Q: Do positions that cannot be hedged pose a problem in these countries?

We keep things simple, buying only cash bonds, foreign exchange forward contracts; all long only and unleveraged. Concerning local debt, we have never had a problem hedging currency risk, the only thing we do hedge. 

If we think interest rates will be cut in a country we favor, which would be detrimental to the currency, we buy long-dated debt and hedge the currency. If we want to own something that is essentially a cash proxy, then we buy short-dated bonds and hedge the currency. 

Q: What was your experience with the Russian crisis?

Russian assets fell out of favor when oil prices fell sharply, along with the increase in political risk in 2014. In early 2015 the strategy invested in US dollar-denominated Russian government debt at high yield levels to take advantage of the high spread, and rode the recovery until the yield on US dollar-denominated bonds looked less attractive. At that point, we rotated that exposure into local Russian government bonds where the yield was significantly higher, which also provided us with full exposure to the currency. Currently, we have about 6.5% in local Russian investments. 

Q: What is your portfolio construction process?

Anything in the portfolio is there on merit, because the Team thinks that over the coming 12 months it will generate a good positive return and the proven investment process we have indicated that we should own it. When we buy into a market we will only buy a small position and wait for this to move into profit before any additional exposure is added. In addition, if the position does not move into profit within a set period then this would trigger a review which would frequently result in the position being sold. We also operate a portfolio stop-loss discipline whereby if the fund falls by a certain percentage in any month, then all positions are automatically reduced across the board. Further losses will then lead to a further reduction in overall exposure.

Our flexibility is evident when you compare our positioning at the end of last year to where we are today. In December, our cash position approached our 40% maximum, and 15% of the fund was exposed to currencies. The duration on the fund was less than one year and we had no corporates, no external debt, and were defensive. 
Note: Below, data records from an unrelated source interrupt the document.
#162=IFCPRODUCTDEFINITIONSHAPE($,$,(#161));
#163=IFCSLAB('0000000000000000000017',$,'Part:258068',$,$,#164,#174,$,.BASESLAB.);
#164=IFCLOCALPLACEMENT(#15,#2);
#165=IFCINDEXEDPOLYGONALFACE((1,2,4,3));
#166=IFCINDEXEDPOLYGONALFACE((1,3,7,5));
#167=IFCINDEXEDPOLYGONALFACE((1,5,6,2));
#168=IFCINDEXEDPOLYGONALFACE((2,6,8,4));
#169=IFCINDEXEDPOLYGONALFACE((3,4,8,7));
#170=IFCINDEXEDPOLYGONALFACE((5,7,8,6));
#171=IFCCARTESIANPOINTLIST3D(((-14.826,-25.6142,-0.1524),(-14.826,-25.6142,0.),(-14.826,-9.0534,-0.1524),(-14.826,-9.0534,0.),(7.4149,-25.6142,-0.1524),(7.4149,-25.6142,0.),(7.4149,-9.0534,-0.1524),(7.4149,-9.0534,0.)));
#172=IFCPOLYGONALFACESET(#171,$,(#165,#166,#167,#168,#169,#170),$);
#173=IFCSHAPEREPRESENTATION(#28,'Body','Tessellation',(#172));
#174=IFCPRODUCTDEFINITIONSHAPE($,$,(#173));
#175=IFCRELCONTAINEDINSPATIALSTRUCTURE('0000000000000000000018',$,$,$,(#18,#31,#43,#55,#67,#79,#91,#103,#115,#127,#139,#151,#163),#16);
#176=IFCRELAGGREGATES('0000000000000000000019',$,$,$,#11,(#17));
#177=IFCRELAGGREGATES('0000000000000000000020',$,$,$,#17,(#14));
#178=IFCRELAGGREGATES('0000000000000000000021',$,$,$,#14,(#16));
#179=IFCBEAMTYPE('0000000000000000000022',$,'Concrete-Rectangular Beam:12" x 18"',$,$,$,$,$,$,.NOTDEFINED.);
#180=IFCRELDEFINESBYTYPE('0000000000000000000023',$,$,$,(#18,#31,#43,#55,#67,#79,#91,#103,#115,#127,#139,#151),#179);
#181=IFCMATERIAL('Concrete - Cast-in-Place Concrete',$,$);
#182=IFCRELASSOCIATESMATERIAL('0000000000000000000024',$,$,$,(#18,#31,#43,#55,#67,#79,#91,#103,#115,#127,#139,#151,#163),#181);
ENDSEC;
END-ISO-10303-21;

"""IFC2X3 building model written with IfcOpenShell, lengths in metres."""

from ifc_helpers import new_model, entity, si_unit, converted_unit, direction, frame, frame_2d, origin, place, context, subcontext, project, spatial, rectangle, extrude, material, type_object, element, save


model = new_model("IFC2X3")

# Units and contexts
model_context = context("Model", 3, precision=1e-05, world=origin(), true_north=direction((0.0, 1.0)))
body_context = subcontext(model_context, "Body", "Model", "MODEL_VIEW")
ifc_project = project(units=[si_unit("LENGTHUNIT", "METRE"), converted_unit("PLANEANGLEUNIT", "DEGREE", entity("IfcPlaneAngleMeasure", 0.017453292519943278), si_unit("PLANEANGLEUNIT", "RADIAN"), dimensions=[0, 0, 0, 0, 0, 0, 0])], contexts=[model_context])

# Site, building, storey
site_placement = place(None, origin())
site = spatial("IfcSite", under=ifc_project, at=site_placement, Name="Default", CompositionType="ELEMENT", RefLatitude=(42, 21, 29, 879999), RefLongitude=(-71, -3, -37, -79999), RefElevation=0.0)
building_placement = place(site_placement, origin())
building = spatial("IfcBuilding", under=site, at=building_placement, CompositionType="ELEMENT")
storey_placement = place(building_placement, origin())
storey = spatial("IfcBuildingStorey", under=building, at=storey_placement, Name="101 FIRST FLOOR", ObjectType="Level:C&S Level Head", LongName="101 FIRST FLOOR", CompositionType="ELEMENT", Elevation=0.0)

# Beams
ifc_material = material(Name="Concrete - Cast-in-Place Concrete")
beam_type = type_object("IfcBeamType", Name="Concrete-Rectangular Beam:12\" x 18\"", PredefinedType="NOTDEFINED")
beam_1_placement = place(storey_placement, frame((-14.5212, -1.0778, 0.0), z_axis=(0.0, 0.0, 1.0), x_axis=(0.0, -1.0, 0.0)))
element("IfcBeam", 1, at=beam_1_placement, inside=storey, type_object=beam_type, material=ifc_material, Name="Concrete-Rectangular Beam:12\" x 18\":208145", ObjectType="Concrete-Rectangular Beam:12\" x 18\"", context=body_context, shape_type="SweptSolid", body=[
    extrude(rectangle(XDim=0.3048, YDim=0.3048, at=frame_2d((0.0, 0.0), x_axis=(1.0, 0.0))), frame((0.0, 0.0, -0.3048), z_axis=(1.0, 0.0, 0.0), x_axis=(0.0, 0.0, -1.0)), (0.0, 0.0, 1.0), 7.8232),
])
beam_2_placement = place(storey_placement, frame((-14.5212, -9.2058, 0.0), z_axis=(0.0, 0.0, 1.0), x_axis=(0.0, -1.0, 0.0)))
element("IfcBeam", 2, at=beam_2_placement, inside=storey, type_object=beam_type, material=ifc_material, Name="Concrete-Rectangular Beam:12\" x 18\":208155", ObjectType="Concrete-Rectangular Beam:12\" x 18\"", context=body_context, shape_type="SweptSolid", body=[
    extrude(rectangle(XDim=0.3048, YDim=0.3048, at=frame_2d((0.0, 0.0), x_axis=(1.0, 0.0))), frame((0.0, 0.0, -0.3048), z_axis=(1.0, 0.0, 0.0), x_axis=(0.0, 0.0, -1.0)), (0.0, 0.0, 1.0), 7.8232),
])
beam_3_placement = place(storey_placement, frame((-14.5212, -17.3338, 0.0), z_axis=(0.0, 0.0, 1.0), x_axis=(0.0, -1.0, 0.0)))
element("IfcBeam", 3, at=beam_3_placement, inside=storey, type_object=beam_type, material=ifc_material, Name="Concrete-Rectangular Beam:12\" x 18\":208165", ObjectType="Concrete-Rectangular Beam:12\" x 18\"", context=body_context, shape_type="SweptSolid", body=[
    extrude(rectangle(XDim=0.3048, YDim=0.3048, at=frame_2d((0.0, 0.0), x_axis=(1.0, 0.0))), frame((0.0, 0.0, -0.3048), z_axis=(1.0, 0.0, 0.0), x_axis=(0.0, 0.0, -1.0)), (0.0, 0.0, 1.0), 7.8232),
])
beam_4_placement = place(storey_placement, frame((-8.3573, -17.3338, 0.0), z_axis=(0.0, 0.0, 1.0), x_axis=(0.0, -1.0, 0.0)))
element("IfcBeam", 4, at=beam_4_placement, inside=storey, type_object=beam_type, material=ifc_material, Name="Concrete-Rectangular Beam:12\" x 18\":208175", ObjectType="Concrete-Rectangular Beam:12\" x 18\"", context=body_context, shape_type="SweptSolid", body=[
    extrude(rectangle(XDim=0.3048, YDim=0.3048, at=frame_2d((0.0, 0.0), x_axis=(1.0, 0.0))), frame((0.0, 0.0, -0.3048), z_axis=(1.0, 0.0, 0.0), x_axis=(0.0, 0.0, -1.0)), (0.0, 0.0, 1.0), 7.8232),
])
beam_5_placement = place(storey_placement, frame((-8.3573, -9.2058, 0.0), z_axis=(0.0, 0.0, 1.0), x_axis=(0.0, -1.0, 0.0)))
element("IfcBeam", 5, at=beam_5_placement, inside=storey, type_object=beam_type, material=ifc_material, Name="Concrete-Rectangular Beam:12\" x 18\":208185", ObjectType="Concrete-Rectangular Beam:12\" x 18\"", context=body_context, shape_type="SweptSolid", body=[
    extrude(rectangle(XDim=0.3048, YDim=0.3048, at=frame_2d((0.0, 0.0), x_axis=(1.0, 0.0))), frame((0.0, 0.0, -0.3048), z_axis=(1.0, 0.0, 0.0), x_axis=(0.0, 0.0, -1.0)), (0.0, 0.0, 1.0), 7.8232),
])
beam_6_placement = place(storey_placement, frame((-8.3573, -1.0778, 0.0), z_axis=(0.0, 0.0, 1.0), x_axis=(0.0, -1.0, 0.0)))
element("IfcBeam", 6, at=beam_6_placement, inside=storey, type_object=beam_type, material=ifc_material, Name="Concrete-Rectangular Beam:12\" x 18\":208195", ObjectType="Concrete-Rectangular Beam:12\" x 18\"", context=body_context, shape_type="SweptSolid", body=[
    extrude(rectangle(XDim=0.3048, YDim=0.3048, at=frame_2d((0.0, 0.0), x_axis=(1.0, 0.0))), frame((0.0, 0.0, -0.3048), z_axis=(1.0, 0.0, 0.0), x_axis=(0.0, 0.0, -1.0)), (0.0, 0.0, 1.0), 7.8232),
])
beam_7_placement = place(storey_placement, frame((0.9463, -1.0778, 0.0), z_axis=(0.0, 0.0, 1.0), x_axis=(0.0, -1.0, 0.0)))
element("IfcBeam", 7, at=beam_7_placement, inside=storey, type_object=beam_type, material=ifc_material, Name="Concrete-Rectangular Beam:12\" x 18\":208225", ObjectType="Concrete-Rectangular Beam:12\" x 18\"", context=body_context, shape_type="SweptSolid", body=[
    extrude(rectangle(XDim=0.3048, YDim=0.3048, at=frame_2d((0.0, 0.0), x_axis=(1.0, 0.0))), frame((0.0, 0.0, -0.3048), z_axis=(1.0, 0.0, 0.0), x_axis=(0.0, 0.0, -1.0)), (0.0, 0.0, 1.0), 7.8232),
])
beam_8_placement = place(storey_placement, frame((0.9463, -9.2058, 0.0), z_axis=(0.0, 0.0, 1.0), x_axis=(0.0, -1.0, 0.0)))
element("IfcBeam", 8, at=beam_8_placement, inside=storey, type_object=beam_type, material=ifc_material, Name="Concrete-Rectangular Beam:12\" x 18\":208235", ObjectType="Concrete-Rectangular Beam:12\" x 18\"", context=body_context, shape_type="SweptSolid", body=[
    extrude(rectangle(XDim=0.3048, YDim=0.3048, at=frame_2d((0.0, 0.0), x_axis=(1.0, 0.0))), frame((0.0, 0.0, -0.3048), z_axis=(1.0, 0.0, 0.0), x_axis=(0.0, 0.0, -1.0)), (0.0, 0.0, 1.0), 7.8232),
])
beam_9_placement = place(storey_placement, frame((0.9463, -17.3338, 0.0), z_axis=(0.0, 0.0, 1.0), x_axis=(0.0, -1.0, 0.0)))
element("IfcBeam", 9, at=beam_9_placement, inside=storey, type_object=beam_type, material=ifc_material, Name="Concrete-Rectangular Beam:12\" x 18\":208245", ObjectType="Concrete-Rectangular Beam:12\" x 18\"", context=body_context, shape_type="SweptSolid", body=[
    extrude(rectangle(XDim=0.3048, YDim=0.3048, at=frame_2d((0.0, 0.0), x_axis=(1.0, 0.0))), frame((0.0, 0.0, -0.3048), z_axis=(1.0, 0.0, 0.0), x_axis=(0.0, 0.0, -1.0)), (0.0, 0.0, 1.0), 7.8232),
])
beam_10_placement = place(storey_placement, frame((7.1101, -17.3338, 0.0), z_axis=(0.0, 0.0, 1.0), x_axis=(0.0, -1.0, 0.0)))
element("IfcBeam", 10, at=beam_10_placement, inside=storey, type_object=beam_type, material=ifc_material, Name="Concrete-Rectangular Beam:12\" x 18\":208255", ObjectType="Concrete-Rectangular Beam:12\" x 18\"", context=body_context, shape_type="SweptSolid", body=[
Today, the fund looks considerably different. Fund duration is just over 4 years, 76% of the fund is exposed to currencies, we have exposure to about 20 different countries and the fund’s yield is just under 5%. We have increased risk as positions become more profitable during the course of the year. 

Q: How do you define and manage risk?

Our risk centers on the fund’s performance. Without complicated instruments, we avoid most counterparty risk—we do not use swaps, leverage, or a prime broker. Our risk lies in how our fund performs. We enforce diversification based on liquidity and have a strict fund stop-loss rule. While all absolute-return managers have different versions of this, ours is simple: if the fund falls by a certain percentage in any month, then all positions are automatically reduced across the board. Further losses will then lead to a further reduction in overall exposure. Now, historically, that means the fund can and does draw down when volatility picks up significantly, but it is very limited if you consider it relative to a benchmark approach. 
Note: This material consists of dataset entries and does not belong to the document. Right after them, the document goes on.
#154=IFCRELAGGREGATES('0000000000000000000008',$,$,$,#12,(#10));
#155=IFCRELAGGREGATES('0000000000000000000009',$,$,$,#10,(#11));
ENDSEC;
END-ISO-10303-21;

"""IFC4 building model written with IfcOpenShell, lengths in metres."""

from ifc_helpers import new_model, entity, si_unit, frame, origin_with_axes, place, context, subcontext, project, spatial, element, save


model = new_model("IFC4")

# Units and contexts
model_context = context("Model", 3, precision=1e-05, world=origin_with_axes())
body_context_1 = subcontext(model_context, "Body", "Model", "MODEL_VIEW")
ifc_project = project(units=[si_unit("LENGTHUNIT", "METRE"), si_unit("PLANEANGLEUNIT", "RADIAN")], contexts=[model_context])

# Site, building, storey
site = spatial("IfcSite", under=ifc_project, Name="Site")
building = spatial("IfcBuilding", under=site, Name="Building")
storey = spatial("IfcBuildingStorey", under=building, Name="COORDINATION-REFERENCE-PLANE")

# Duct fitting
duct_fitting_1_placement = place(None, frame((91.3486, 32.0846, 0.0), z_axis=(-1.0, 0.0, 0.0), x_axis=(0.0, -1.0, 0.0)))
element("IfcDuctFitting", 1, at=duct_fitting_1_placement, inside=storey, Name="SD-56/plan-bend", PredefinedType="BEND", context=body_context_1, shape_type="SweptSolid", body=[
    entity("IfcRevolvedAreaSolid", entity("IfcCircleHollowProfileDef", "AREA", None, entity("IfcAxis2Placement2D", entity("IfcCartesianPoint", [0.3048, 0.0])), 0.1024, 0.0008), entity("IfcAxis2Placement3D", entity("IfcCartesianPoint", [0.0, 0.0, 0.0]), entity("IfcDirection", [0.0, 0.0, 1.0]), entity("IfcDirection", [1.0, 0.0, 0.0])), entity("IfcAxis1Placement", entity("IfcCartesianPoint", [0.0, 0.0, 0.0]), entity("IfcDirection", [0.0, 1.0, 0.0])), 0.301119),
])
In 2008, for example, the fund drew down 9.9% from peak to trough. Because of our strict stop-loss rule, we avoided losing 20% or 30% and got the fund’s performance back to flat for the year. In 2015, the fund drew down again, by about 8.9%, but we have since recovered the entire draw down, having stopped poor performance relatively early. 
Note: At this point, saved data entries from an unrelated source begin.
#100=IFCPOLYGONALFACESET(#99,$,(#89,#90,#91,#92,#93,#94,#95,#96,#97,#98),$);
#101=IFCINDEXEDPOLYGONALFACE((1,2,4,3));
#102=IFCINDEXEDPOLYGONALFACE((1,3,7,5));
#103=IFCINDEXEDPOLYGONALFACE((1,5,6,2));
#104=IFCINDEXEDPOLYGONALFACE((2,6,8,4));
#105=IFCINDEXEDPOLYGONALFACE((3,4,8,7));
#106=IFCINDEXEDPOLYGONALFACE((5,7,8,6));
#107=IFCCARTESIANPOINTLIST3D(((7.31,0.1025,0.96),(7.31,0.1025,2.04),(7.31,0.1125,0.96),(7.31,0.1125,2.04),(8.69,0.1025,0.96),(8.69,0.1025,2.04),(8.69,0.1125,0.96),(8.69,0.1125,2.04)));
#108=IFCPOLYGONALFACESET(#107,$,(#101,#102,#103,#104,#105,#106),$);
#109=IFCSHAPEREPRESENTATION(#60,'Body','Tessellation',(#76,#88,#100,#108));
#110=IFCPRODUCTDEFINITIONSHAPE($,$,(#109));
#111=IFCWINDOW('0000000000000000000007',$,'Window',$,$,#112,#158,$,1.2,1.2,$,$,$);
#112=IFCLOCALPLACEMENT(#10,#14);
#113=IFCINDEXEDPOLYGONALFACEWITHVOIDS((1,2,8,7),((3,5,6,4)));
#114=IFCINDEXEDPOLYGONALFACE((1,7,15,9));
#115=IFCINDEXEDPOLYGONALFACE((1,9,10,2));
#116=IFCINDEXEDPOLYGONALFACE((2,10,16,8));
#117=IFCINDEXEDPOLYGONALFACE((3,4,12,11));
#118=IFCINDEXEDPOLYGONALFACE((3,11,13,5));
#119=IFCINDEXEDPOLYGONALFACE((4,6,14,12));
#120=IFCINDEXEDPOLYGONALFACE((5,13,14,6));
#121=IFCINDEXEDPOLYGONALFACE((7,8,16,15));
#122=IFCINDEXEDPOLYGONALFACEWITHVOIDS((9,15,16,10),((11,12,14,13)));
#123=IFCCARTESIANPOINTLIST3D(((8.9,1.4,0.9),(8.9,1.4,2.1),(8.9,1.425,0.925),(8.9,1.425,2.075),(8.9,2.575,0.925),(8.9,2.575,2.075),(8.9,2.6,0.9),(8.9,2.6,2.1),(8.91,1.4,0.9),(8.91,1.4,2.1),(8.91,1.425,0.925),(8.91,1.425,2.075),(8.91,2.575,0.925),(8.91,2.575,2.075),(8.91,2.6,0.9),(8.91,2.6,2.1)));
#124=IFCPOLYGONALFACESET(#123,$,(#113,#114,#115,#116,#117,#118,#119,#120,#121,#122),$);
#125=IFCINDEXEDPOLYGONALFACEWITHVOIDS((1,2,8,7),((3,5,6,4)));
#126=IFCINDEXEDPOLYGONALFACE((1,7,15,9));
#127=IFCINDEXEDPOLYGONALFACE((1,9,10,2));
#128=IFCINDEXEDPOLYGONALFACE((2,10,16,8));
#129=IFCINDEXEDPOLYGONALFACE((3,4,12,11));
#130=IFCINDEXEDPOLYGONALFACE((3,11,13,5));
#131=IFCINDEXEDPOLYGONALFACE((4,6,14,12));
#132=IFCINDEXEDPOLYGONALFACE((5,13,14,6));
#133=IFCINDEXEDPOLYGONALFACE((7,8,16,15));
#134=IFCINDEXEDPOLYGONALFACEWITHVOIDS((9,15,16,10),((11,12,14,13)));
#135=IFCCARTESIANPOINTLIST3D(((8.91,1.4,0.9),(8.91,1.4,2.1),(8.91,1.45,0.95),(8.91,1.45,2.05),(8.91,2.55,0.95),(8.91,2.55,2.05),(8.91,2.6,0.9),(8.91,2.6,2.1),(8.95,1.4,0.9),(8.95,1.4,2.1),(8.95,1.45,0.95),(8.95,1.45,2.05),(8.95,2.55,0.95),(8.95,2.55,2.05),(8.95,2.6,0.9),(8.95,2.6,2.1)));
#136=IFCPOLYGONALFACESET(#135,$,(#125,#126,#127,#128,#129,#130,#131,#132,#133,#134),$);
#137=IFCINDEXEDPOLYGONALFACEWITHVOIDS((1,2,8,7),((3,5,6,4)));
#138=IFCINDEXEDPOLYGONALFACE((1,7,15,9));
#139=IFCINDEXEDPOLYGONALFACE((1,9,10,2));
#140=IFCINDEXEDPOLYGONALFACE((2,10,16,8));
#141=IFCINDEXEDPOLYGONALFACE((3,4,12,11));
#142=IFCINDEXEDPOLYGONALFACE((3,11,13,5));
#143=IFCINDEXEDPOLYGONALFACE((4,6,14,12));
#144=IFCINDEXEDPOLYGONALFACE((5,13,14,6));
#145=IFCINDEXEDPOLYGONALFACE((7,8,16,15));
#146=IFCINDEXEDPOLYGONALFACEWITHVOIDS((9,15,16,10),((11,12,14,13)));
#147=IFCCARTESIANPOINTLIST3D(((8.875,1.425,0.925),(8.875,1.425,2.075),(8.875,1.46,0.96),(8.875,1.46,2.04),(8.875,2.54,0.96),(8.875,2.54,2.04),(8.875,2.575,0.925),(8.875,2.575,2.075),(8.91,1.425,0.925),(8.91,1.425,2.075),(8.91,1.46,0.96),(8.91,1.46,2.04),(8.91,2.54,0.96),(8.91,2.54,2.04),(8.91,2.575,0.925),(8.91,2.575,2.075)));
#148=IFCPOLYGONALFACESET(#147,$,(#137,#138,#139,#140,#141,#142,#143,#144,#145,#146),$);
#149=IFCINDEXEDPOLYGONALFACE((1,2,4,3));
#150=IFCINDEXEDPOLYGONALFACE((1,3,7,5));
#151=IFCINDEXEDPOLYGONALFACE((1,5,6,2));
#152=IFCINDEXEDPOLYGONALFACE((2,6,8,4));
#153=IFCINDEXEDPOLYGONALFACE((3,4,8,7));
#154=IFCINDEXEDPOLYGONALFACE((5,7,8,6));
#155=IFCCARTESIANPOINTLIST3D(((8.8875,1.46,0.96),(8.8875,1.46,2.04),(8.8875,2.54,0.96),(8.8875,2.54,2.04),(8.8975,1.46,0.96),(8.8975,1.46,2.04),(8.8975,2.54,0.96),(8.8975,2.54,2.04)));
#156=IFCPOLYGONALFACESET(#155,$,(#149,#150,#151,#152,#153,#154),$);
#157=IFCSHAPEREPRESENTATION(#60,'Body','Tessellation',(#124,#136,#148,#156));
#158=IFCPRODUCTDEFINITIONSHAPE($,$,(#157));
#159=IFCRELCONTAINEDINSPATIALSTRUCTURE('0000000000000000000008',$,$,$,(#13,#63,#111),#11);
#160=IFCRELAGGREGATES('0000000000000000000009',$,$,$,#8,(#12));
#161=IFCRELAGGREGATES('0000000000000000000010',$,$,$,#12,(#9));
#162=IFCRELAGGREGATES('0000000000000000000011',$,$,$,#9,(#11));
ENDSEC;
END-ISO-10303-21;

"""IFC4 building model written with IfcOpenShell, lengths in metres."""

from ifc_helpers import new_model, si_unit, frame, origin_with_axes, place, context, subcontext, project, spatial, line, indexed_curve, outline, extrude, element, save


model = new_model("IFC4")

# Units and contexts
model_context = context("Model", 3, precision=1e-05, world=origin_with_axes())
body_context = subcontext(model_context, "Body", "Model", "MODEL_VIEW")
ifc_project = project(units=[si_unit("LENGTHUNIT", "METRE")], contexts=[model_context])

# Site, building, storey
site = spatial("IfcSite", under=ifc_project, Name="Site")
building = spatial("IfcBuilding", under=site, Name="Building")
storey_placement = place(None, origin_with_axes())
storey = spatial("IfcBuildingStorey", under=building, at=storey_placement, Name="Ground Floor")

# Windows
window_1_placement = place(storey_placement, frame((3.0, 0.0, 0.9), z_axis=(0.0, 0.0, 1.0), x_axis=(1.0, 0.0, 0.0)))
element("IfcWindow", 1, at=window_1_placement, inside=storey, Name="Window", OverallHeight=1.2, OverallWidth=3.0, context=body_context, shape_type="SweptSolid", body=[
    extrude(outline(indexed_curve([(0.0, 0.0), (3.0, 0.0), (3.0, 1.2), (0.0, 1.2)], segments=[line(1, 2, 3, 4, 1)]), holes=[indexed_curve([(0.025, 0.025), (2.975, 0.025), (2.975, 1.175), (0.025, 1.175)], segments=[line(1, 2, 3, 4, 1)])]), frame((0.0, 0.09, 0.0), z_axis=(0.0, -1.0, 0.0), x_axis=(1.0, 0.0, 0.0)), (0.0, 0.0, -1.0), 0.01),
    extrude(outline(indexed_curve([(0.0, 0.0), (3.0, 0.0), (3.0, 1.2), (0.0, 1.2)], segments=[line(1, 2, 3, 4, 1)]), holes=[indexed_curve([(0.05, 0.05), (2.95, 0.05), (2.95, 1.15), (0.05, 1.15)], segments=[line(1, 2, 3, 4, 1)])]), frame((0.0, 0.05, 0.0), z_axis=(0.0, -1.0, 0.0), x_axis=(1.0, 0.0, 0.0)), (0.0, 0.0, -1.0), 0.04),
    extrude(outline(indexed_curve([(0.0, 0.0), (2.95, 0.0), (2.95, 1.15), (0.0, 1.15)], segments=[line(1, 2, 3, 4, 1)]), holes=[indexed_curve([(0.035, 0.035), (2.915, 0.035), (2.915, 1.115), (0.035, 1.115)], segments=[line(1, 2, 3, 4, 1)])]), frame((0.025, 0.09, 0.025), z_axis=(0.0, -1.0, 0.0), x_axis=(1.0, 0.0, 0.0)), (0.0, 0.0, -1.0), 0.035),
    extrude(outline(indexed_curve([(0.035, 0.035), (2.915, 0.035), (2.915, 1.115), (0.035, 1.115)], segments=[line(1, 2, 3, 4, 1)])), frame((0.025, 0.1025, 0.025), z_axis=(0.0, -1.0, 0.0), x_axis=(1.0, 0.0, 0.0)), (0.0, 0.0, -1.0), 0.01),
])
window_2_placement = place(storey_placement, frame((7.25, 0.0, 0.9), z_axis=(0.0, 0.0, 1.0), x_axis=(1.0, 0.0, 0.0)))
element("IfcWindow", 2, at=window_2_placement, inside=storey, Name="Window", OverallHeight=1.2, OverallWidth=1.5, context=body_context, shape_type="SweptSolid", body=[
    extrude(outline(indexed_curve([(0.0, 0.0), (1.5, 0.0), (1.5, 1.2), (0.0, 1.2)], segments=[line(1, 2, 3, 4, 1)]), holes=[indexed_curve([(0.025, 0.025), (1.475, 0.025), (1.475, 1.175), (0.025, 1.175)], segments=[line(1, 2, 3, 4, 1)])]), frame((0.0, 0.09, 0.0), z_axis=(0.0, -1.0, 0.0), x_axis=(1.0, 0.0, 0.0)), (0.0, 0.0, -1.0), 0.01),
This strict stop-loss rule ensures we limit poor performance, and once we insulate the fund against volatility, we wait until an opportunity presents itself to re-invest, starting with small positions and building to where we are fully invested. 

Risk management is for us: controlling drawdowns, holding onto the gains of the boom period, and then, when the time is right, being flexible enough to reinvest in the best current opportunities.